Nasıl olsa bir şekilde bana bu ani iğrenç biriymişim gibi davranan tepkisinin altında bir neden yatıyor olacaktı ve ben kendimi açıkladığımda benden özür dileyecekti. Dilemeliydi! Çünkü bana böyle hissettirdiği için, hatta bana kendime bu şekilde hissettiren tek kişi olarak özür dilemeliydi.
Arabamızın etrafını saran korumalar, durağan hale gelen aracın etrafında hem beni hem de Jungkook'u koruyacak bir biçimde çember oluşturarak kapılarımızı açarken, gözüm Jungkook'un üzerindeydi ve ilk kez bilinmezlik yüzünden çıldırma eşliğinde kafamdan alevler saçmak üzereydim.
Ama şaşırtıcı şekilde, en azından birlikte yürüyerek evin bahçesinden içeriye geçelim diye beklerken, yanıma gelip parmaklarını parmaklarıma doladı ve gülümsedi. Ama gözlerindeki o gökyüzü parlaklığı bana ulaşmamıştı. Sahici değillerdi ve fanlarının ondan istediği muhteşem zafer işaretini yaparak sevimli tavşan dişlerini göstererek poz verdi. Ve benden bile daha iyi bir oyuncuya dönmesine ilk kez hayranlık duyamamıştım.
İlk defa acemi hissederken buldum kendimi onun yanında. Oysa ben burada bana bir anda yaklaştı diye tüm aklımı kaybetmişken ve sırf bana yakınlaştı diye kalbimin hükmünü de yitirirken bile çaresizce gülümsüyordum. Sahicilikten çok öteydim.
Bu sefer oyunculuğunu o sergiledi ve üst üste gelen flaş seslerinden sonra gözlerini kamaştırdı ve evinin o açık kapısından heyecanla içeriye girerken, küçük ailesi ağzı kulaklarında bizleri bekliyordu. Halbuki ben içeriye adım atıp, arkamdan korumaların getirdiğimiz hediyeleri içeriye doğru taşımaya başlarken elimizin birbirine olan uyumunu ve daha sonrasında parmaklarının benden kayıp giderek ailesinin tek tek boynuna sarılan ellerini kıskanarak izliyordum.

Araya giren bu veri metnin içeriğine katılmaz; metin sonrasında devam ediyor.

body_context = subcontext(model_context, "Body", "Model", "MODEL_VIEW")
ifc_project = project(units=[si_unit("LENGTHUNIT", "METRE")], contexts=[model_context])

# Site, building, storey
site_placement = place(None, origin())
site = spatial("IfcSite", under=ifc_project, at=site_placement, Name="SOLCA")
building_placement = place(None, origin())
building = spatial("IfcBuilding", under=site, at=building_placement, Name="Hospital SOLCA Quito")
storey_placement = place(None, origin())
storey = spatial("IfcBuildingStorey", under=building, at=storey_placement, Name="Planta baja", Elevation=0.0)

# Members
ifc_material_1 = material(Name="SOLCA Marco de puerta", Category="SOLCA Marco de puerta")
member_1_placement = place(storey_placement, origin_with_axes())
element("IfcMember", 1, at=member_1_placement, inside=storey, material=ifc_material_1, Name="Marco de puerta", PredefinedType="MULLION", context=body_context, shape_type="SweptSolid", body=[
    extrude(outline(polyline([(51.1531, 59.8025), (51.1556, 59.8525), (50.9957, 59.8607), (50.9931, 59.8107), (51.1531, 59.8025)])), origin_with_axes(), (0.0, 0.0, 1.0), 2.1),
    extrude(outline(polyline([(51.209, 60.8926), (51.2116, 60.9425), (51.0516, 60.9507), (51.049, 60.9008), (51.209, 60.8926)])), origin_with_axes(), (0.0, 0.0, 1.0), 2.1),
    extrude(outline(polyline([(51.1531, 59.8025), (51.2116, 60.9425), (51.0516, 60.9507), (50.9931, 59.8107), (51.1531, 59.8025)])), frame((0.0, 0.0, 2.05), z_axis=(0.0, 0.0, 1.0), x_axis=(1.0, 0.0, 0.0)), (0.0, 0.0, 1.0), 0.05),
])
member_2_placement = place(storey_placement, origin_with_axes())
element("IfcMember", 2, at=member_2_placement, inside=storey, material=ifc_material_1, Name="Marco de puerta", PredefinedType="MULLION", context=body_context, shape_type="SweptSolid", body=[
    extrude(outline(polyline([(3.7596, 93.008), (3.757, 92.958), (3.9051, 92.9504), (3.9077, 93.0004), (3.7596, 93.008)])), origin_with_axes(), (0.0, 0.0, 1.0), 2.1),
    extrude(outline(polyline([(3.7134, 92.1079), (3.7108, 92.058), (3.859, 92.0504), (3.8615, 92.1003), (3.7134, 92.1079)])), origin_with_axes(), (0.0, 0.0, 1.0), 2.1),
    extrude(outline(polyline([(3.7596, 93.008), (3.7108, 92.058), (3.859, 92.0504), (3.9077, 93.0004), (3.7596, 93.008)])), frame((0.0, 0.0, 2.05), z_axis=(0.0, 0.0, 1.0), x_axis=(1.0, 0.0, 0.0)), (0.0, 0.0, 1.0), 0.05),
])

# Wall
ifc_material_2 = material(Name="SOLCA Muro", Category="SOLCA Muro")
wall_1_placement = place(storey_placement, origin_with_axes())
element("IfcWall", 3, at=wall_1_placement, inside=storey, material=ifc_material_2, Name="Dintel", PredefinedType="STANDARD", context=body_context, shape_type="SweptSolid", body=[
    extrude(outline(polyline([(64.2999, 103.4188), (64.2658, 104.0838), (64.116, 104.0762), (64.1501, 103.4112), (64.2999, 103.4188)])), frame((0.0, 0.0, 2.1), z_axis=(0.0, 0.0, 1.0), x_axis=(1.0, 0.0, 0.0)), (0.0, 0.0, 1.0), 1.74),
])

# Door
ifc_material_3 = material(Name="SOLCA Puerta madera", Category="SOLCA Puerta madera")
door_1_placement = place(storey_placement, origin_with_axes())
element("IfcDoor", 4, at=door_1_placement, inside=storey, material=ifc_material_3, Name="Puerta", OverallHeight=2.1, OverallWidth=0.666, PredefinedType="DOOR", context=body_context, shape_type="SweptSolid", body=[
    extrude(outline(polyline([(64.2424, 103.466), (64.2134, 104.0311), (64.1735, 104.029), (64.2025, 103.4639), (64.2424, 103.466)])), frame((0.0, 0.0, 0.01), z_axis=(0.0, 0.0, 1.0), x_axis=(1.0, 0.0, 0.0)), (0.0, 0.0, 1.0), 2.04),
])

Anneleri o büyük kucaklaşmanın içinden çarçabuk sıyrılarak bana karşı saygıyla başını eğerek bende aynı şekilde o damat rolümün bana verdiği yetkiyle kendilerine saygıyla yaklaşırken ortamı garipsiyordum. Zaten kendimden büyük insanlara karşı saygısızlık yapacak biri değildim ancak sürekli olarak görmediğim bu resmiyetsiz görünüşler karşısında derin bir soluk alıyordum.
"Hoş geldiniz evimize prens hazretleri, bizleri gelişinizle onurlandırdığınız için teşekkür ederiz. Dilerim evimizde kaldığınız süre boyunca sizi rahat ettirebiliriz." Dediğinde her ne kadar resmiyetten hoşlanıyor olsam da "Lütfen, beni bir oğlunuz olarak görün ve öyle hitap ederek konuşun," dediğimde şaşırmış görünüyordular.

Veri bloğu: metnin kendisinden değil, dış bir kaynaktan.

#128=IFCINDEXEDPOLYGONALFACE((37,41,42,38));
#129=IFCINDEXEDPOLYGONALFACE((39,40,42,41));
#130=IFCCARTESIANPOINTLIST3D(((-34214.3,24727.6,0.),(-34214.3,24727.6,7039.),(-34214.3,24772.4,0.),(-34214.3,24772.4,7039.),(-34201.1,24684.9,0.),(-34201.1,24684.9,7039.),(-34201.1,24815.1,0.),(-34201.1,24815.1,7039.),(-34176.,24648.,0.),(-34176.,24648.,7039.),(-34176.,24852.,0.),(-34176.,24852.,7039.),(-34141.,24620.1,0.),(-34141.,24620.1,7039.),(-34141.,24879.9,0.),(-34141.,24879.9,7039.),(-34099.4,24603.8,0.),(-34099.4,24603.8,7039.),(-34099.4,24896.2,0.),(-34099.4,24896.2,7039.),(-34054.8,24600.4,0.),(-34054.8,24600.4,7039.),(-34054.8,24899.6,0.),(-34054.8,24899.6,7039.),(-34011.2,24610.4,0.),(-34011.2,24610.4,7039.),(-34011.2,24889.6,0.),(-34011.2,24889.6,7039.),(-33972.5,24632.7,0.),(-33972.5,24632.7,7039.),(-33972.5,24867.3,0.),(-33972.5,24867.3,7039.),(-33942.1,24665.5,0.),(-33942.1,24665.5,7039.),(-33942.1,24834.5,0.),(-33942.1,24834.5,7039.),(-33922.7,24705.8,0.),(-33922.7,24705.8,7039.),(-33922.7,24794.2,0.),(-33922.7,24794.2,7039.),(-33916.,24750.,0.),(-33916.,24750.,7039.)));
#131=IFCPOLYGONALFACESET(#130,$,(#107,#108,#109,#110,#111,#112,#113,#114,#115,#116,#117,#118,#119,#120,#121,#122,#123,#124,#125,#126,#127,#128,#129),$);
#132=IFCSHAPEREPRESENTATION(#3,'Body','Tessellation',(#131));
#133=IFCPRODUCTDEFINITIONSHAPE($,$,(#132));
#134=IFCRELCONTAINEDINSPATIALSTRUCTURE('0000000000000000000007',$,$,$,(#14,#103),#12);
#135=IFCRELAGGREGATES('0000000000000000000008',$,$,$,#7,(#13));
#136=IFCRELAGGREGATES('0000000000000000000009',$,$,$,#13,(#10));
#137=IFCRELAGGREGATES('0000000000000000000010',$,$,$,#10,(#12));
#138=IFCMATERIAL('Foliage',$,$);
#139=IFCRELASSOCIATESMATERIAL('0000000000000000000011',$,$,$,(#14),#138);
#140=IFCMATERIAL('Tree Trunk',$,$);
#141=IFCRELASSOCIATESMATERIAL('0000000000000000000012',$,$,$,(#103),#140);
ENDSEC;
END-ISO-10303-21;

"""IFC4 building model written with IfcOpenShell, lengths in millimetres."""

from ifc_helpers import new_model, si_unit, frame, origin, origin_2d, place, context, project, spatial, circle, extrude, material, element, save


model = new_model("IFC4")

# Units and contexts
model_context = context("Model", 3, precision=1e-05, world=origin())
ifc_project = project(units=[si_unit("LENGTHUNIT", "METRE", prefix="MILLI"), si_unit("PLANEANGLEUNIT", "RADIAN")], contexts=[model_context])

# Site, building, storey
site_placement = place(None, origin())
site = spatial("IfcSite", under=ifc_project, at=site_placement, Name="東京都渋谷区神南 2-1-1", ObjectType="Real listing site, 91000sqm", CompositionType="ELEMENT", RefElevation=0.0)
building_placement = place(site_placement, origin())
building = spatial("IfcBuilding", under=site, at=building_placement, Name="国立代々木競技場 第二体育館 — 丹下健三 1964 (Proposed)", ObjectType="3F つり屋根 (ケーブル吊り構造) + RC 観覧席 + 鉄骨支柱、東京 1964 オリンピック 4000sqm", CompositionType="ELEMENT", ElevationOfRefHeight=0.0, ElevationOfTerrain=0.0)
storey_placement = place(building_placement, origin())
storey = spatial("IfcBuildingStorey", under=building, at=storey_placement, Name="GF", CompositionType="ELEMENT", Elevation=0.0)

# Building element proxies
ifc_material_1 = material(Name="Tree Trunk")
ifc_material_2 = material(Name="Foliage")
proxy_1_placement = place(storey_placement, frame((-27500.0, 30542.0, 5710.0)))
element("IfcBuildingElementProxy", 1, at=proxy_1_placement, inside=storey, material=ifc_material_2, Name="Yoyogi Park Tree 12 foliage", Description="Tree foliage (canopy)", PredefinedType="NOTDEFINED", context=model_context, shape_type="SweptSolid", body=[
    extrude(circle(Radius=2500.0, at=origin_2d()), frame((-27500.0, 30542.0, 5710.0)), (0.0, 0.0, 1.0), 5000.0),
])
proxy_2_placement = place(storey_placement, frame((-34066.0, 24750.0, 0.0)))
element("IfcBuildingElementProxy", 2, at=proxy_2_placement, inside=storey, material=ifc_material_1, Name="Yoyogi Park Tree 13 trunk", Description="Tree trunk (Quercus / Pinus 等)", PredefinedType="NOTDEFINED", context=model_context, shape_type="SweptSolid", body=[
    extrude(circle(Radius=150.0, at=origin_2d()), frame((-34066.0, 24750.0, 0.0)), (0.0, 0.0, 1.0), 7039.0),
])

Tıpkı Jungkook gibi hızlıca yanakları kızarıyordu ve hali hazır da duran babası, bu davranışımdan dolayı fazlasıyla memnun olacak ki sırıtarak yanıma geldi ve birazdan bizzat şahit olacağım elini omzuma sertçe vurarak, "Hoş geldin oğlum," dediğinde, hem bu kadar yakın temas içinde olması hem de aileden gelen bu ağır el travmasından ötürü sırtımda beş dakika boyunca hissedeceğim bir ağrıya sebep olmuştu.
Ve karısına kaş göz yaparken bunu görmediğimi veya duymadığımı sanarak, "Bizim damat da çok iyi," diyordu. Bu çok hoşuma gitmişti ve dudaklarımı belirsiz bir hoşnutlukla kıvrılmıştı.
Yine de bu kaşla göz arasında sırtıma dokunurken canımı acıttığı gerçeğini değiştirmiyordu. Nasırlı ellerinin acımasız olduğu aşikardı. Naif gözükmemek için gülümserken bakışlarımı kaldırdığımda Jungkook bana ters ters bakıyordu. Bu bakışlar hiç hayra alamet değildi. O bakışlar Jimin'in sudan çıkardığım gecesinde bile bu kadar ürkütücü gözükmemişti gözüme.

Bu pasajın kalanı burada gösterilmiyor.